Creatinine = 0.01: below plausible physiology
→ Likely a data error, remove
Rule: flag outliers for investigation, don't automatically delete.
Document every decision in your data cleaning pipeline.Interview Answer
"IQR outlier detection uses Tukey's fences: values below Q1 - 1.5×IQR or above Q3 + 1.5×IQR are outliers. IQR is preferred over std-based detection because it's robust — outliers inflate the mean and standard deviation, which causes std-based methods to miss them.

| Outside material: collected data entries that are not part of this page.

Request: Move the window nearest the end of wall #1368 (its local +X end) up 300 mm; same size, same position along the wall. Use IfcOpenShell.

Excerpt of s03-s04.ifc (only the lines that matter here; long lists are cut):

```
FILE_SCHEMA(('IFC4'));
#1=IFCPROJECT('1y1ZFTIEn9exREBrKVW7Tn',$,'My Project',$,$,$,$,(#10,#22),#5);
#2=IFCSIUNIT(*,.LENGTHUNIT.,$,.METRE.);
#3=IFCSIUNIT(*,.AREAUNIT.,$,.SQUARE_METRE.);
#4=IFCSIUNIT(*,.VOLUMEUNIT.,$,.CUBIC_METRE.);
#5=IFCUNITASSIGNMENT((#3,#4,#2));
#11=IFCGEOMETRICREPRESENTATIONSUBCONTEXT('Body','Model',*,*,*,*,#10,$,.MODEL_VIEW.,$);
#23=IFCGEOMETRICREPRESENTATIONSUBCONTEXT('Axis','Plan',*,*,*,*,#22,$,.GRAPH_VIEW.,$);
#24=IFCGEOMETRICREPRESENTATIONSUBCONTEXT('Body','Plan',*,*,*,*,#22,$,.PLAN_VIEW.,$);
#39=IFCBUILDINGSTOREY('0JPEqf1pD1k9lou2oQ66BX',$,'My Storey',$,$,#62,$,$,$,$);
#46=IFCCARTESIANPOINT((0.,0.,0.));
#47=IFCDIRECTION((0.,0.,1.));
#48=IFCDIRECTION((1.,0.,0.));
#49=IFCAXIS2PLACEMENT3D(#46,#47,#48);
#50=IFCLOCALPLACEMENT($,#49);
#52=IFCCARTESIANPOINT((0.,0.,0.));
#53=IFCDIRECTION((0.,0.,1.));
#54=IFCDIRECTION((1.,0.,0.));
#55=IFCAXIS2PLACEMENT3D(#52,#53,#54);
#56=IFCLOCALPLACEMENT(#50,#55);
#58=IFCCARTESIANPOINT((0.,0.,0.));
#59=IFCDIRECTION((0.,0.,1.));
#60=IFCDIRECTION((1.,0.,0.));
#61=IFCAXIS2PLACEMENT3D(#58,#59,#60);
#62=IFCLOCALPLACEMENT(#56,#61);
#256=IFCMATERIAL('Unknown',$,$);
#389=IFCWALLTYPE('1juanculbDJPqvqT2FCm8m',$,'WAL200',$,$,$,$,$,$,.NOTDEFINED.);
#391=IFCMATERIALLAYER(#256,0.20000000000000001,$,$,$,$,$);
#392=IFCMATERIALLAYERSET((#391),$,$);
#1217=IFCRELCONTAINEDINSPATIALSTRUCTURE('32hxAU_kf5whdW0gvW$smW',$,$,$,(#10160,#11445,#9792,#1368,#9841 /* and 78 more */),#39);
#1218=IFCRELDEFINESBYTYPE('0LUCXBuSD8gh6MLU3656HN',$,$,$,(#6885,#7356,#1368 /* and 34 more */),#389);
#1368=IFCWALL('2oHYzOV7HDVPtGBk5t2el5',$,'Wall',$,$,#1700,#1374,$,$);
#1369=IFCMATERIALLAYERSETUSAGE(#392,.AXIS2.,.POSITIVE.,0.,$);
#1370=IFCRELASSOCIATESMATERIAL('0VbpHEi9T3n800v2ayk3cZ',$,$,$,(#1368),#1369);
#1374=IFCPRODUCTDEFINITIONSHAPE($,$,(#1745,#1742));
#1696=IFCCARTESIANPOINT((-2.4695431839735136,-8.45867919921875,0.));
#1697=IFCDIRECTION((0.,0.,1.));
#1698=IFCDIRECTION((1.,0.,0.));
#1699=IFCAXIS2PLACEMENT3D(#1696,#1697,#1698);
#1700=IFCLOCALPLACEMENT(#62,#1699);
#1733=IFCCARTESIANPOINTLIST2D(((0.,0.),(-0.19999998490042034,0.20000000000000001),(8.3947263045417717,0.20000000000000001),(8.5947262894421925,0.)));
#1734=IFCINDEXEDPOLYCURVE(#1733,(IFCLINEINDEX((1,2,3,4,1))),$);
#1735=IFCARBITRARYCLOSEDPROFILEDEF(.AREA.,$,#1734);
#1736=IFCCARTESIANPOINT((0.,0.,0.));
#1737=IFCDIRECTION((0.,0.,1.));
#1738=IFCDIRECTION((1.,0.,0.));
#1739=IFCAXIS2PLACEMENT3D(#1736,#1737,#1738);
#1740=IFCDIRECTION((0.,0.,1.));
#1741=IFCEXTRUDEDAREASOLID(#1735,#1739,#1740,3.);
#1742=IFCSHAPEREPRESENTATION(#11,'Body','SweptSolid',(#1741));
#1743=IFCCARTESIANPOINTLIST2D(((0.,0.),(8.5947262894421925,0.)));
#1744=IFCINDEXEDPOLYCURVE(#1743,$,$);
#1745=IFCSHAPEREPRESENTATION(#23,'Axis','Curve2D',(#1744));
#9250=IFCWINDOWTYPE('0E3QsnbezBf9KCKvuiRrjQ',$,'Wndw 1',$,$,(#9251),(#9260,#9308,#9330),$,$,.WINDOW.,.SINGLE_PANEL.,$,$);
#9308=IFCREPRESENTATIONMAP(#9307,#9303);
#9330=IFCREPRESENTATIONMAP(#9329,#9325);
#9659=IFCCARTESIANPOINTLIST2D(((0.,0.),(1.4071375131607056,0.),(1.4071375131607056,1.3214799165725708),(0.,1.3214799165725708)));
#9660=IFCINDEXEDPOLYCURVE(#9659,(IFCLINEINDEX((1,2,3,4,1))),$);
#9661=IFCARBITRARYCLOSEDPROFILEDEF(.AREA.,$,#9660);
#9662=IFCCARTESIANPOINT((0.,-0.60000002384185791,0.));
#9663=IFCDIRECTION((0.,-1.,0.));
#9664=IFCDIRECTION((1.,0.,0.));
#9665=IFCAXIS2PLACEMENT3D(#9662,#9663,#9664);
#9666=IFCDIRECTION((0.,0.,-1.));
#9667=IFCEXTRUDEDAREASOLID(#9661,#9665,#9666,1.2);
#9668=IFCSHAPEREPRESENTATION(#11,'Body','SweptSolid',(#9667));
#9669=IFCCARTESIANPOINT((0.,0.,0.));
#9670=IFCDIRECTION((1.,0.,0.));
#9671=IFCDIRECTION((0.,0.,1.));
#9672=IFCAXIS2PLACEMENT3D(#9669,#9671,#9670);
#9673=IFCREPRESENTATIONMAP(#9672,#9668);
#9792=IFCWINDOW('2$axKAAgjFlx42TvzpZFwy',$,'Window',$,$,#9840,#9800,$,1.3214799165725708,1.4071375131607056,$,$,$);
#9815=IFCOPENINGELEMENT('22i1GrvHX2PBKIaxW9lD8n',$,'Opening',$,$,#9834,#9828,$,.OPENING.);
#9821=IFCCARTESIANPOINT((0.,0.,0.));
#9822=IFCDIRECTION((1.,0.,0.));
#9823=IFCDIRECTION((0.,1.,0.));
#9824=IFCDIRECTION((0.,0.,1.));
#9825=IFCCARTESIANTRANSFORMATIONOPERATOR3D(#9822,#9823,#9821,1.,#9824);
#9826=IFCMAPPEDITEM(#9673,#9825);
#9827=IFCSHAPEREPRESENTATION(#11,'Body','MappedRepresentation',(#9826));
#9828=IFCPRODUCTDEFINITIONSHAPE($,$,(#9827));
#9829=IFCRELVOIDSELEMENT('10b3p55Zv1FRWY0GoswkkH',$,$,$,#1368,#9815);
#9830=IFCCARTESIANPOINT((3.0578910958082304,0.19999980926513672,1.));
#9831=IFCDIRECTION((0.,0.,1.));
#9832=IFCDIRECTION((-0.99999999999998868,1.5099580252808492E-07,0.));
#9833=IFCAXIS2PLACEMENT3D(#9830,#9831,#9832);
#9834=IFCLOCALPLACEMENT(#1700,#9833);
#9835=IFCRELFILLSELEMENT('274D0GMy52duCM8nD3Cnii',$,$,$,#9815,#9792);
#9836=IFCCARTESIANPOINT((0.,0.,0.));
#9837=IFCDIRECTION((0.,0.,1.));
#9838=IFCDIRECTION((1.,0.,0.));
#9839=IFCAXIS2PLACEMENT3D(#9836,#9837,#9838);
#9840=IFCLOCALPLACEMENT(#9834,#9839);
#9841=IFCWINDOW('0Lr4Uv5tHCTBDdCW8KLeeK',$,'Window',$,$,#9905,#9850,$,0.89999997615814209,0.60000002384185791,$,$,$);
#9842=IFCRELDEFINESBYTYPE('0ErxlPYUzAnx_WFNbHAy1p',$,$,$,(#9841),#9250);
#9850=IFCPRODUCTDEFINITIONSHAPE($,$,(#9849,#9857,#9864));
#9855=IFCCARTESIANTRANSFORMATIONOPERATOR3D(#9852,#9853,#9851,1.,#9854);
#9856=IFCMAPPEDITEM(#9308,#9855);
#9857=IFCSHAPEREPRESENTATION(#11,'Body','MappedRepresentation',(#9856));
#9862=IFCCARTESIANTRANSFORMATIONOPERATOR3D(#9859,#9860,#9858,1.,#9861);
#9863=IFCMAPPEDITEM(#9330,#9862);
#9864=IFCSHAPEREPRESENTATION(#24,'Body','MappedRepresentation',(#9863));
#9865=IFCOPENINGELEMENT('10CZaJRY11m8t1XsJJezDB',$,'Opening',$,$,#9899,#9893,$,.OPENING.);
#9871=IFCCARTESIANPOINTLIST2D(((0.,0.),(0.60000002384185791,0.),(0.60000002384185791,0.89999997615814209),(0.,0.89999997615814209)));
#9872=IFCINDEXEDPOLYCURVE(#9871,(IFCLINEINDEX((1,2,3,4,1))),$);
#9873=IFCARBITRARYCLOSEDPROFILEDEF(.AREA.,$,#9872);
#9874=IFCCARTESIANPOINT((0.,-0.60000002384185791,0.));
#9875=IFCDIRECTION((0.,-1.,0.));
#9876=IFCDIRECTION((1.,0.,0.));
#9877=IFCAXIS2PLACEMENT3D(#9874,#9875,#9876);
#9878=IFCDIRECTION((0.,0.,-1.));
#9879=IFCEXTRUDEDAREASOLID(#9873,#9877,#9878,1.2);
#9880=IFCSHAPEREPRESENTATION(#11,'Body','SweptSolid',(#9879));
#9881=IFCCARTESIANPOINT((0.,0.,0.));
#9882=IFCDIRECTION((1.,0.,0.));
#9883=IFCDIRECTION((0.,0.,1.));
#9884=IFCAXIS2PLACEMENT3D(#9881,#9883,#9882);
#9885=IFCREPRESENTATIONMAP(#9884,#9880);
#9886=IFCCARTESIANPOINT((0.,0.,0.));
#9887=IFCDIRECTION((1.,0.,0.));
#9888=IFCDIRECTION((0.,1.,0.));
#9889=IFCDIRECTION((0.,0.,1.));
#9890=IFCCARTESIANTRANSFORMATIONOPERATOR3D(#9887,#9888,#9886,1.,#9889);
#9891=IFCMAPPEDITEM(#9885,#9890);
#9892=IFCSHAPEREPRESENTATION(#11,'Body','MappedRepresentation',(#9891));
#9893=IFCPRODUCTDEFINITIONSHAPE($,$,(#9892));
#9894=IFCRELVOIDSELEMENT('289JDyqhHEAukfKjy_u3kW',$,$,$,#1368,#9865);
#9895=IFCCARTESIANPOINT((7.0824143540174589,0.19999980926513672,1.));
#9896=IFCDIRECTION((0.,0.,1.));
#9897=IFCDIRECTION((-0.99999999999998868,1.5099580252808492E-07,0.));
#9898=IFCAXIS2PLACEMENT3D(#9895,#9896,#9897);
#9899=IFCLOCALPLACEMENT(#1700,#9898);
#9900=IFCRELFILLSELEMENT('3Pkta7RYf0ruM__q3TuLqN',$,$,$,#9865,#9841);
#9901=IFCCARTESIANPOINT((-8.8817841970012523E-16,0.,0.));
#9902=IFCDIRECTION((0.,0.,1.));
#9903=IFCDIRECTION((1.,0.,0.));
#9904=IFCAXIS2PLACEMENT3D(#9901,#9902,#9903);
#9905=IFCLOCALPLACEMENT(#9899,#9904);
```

```python
import numpy as np
import ifcopenshell
import ifcopenshell.api.geometry
import ifcopenshell.util.placement
import ifcopenshell.util.unit

model = ifcopenshell.open("s03-s04.ifc")
unit_scale = ifcopenshell.util.unit.calculate_unit_scale(model)

window = model.by_guid("0Lr4Uv5tHCTBDdCW8KLeeK")
opening = window.FillsVoids[0].RelatingOpeningElement
dz = 0.3

shift = np.array([0.0, 0.0, dz])
# The window is placed relative to its opening, so it follows when the opening moves.
matrix = ifcopenshell.util.placement.get_local_placement(opening.ObjectPlacement)
matrix[:3, 3] += shift
ifcopenshell.api.geometry.edit_object_placement(
    model, product=opening, matrix=matrix, is_si=False, should_transform_children=True
)

print(f"moved by {dz * unit_scale:+.3f} m")

model.write("s03-s04_updated.ifc")
```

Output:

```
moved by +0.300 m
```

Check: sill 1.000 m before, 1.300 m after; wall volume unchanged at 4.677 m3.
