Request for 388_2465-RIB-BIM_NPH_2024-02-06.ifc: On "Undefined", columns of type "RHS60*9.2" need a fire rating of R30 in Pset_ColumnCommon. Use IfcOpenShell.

First a look at what the model holds.

```python
import ifcopenshell
import ifcopenshell.util.element

model = ifcopenshell.open("388_2465-RIB-BIM_NPH_2024-02-06.ifc")
print(model.schema)
storey = next(s for s in model.by_type("IfcBuildingStorey") if s.Name == "Undefined")
columns = [e for e in ifcopenshell.util.element.get_decomposition(storey) if e.is_a("IfcColumn")]
seen = {}
for e in columns:
    element_type = ifcopenshell.util.element.get_type(e)
    key = (element_type.Name if element_type != e and element_type else None, ifcopenshell.util.element.get_pset(e, "Pset_ColumnCommon", "FireRating"))
    seen[key] = seen.get(key, 0) + 1
for (name, value), count in sorted(seen.items(), key=str):
    print(count, "x", name, "|", value)
```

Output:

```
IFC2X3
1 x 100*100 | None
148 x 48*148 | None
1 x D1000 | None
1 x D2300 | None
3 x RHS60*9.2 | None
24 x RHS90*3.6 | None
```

```python
import ifcopenshell
import ifcopenshell.api.pset
import ifcopenshell.util.element

model = ifcopenshell.open("388_2465-RIB-BIM_NPH_2024-02-06.ifc")

storey = next(s for s in model.by_type("IfcBuildingStorey") if s.Name == "Undefined")
columns = [e for e in ifcopenshell.util.element.get_decomposition(storey) if e.is_a("IfcColumn")]

count = 0
for e in columns:
    element_type = ifcopenshell.util.element.get_type(e)
    if element_type in (None, e) or element_type.Name != "RHS60*9.2":
        continue
    found = ifcopenshell.util.element.get_pset(e, "Pset_ColumnCommon", should_inherit=False)
    if found:
        pset = model.by_id(found["id"])
        if len(ifcopenshell.util.element.get_elements_by_pset(pset)) > 1:
            pset = ifcopenshell.api.pset.unshare_pset(model, products=[e], pset=pset)[0]
    else:
        pset = ifcopenshell.api.pset.add_pset(model, product=e, name="Pset_ColumnCommon")
    ifcopenshell.api.pset.edit_pset(model, pset=pset, properties={"FireRating": "R30"})
    count += 1

print(count, "columns updated")

model.write("388_2465-RIB-BIM_NPH_2024-02-06_updated.ifc")
```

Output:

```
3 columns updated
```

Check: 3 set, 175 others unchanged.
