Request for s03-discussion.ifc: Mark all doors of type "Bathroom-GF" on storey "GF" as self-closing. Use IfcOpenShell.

First a look at what the model holds.

```python
import ifcopenshell
import ifcopenshell.util.element

model = ifcopenshell.open("s03-discussion.ifc")
print(model.schema)
storey = next(s for s in model.by_type("IfcBuildingStorey") if s.Name == "GF")
doors = [e for e in ifcopenshell.util.element.get_decomposition(storey) if e.is_a("IfcDoor")]
seen = {}
for e in doors:
    element_type = ifcopenshell.util.element.get_type(e)
    key = (element_type.Name if element_type != e and element_type else None, ifcopenshell.util.element.get_pset(e, "Pset_DoorCommon", "SelfClosing"))
    seen[key] = seen.get(key, 0) + 1
for (name, value), count in sorted(seen.items(), key=str):
    print(count, "x", name, "|", value)
```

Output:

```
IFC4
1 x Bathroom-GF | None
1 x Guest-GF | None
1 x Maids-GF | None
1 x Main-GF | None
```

```python
import ifcopenshell
import ifcopenshell.api.pset
import ifcopenshell.util.element

model = ifcopenshell.open("s03-discussion.ifc")

storey = next(s for s in model.by_type("IfcBuildingStorey") if s.Name == "GF")
doors = [e for e in ifcopenshell.util.element.get_decomposition(storey) if e.is_a("IfcDoor")]

count = 0
for e in doors:
    element_type = ifcopenshell.util.element.get_type(e)
    if element_type in (None, e) or element_type.Name != "Bathroom-GF":
        continue
    # add_pset returns the element's existing set when there is one.
    pset = ifcopenshell.api.pset.add_pset(model, product=e, name="Pset_DoorCommon")
    ifcopenshell.api.pset.edit_pset(model, pset=pset, properties={"SelfClosing": True})
    count += 1

print(count, "doors updated")

model.write("s03-discussion-out.ifc")
```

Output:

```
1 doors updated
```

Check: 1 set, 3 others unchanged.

The three options for handling outliers: remove (if data entry errors), winsorise/clip (if keeping the row but not the extreme value), or flag as a feature (if the extreme value itself is informative). For clinical data, I always investigate before removing — an INR of 8.0 might be a genuine patient event that's important for training the model to recognise danger cases."